Legislation that would limit the liability of spacecraft operators if they injure or kill passengers during flights has passed the California House of Representatives 73-0 and is now up for consideration in the State Senate. The measure had its first reading in the Senate and has been referred to the Standing Committee on Judiciary for review.
The legislation, sponsored by Assemblyman Steve Knight of California’s 36th district and promoted by Mojave Air and Space Port CEO Stu Witt, would require that passengers sign an informed consent agreement acknowledging that spaceflight is dangerous before flying.
Specifically, the measure stipulates:
In addition to the disclosures required by federal law, the bill would require the warning statement to, at a minimum, inform the participant that the space flight entity is not liable for bodily injury sustained as a result of the risks associated with space flight activities. The bill would limit the liability of a space flight entity that complies with these provisions, except as provided.
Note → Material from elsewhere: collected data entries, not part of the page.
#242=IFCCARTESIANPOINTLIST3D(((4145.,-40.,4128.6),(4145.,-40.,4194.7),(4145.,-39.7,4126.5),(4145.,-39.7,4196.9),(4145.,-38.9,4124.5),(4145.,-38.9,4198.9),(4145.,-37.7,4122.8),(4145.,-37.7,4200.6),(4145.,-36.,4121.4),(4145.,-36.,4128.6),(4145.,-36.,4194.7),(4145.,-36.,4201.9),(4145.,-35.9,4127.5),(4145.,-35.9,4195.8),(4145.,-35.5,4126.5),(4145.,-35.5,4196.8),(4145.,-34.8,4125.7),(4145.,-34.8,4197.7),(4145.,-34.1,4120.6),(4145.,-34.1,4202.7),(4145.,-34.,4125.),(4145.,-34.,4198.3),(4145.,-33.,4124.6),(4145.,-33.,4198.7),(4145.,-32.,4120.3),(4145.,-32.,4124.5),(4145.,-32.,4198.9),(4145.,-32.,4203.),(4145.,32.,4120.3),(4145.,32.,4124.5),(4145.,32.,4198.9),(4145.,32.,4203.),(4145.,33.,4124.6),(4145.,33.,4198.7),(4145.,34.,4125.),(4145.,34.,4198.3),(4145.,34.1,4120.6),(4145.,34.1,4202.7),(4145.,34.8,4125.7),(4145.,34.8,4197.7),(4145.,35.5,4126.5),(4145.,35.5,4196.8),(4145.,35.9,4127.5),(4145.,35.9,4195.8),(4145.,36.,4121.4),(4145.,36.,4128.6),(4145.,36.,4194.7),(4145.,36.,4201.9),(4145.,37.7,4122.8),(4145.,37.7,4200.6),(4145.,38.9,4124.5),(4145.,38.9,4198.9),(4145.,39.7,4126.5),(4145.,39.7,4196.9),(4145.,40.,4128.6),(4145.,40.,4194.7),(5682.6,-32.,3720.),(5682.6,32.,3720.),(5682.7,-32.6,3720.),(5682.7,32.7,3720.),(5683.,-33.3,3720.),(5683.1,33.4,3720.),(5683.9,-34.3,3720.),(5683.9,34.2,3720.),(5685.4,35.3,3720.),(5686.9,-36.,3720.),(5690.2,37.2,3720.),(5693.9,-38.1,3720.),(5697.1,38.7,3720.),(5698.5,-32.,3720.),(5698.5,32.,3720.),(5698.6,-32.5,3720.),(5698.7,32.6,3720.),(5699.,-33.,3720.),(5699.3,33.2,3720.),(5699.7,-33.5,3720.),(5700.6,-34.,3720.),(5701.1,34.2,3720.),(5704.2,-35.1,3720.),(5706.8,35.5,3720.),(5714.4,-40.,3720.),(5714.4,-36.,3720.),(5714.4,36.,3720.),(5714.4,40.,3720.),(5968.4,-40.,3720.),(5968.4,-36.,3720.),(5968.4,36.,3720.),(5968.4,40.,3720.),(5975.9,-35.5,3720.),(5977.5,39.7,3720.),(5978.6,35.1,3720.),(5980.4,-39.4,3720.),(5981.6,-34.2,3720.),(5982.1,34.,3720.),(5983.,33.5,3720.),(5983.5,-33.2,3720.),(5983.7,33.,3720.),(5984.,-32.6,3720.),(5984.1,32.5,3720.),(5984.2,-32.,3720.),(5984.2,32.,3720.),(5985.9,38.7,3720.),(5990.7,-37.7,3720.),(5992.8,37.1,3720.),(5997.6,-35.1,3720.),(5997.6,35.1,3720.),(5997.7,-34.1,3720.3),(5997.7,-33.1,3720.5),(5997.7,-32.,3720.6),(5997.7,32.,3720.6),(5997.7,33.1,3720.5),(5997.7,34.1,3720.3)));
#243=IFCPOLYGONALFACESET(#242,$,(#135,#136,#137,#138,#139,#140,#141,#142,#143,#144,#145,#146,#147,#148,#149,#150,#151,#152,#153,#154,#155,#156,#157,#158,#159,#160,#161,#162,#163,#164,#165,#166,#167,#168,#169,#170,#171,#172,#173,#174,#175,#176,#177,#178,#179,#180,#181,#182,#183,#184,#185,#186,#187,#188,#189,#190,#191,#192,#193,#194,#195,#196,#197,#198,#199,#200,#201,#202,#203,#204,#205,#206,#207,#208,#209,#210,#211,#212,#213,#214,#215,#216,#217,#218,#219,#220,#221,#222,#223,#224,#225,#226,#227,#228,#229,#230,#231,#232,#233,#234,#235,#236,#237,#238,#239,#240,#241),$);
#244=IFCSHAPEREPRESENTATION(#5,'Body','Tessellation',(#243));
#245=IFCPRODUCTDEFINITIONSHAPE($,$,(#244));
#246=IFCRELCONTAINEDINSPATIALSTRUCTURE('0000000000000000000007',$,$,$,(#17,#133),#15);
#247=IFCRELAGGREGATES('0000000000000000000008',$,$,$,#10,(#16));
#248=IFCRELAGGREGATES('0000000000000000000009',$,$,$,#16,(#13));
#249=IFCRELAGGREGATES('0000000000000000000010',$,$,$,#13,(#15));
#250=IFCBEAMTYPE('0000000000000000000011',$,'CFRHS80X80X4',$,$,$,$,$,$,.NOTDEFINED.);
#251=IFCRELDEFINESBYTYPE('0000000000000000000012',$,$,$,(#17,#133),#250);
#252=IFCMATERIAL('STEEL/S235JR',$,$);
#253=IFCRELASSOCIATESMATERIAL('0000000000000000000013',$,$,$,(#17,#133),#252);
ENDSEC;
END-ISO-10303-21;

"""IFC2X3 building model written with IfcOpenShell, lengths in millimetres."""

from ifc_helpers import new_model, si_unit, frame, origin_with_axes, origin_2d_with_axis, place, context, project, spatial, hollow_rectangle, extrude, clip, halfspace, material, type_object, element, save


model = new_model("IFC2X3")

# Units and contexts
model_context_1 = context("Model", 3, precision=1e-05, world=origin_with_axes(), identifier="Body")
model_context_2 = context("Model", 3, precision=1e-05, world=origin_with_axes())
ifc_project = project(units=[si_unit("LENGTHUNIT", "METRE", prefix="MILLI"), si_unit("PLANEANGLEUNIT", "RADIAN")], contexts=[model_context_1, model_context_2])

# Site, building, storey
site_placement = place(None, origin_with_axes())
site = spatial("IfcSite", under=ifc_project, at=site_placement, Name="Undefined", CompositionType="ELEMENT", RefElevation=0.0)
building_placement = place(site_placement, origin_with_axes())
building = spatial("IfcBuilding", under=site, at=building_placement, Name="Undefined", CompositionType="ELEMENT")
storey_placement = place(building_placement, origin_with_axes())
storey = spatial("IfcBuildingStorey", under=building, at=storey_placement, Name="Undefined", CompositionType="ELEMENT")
The bill would state findings and declarations of the Legislature regarding the nature of the space flight industry.
The liability protection does not apply to situations in which a spacecraft operator
(1) Commits an act or omission that constitutes gross negligence evidencing willful or wanton disregard for the safety of the participant, and that act or omission proximately causes a participant injury.
(2) Intentionally causes a participant injury.
If passed and signed by Gov. Jerry Brown, the measure would put the state on an even footing with Colorado, New Mexico, Virginia and Florida, which have passed similar laws. The nascent commercial space industry sees these measures as essential so companies can avoid being sued out of business in the event of serious or fatal accidents.
The legislation would also make it easier for XCOR and Virgin Galactic to conduct commercial flights out of the Mojave Air & Space Port, where both companies are developing suborbital vehicles for space tourism and scientific research flights.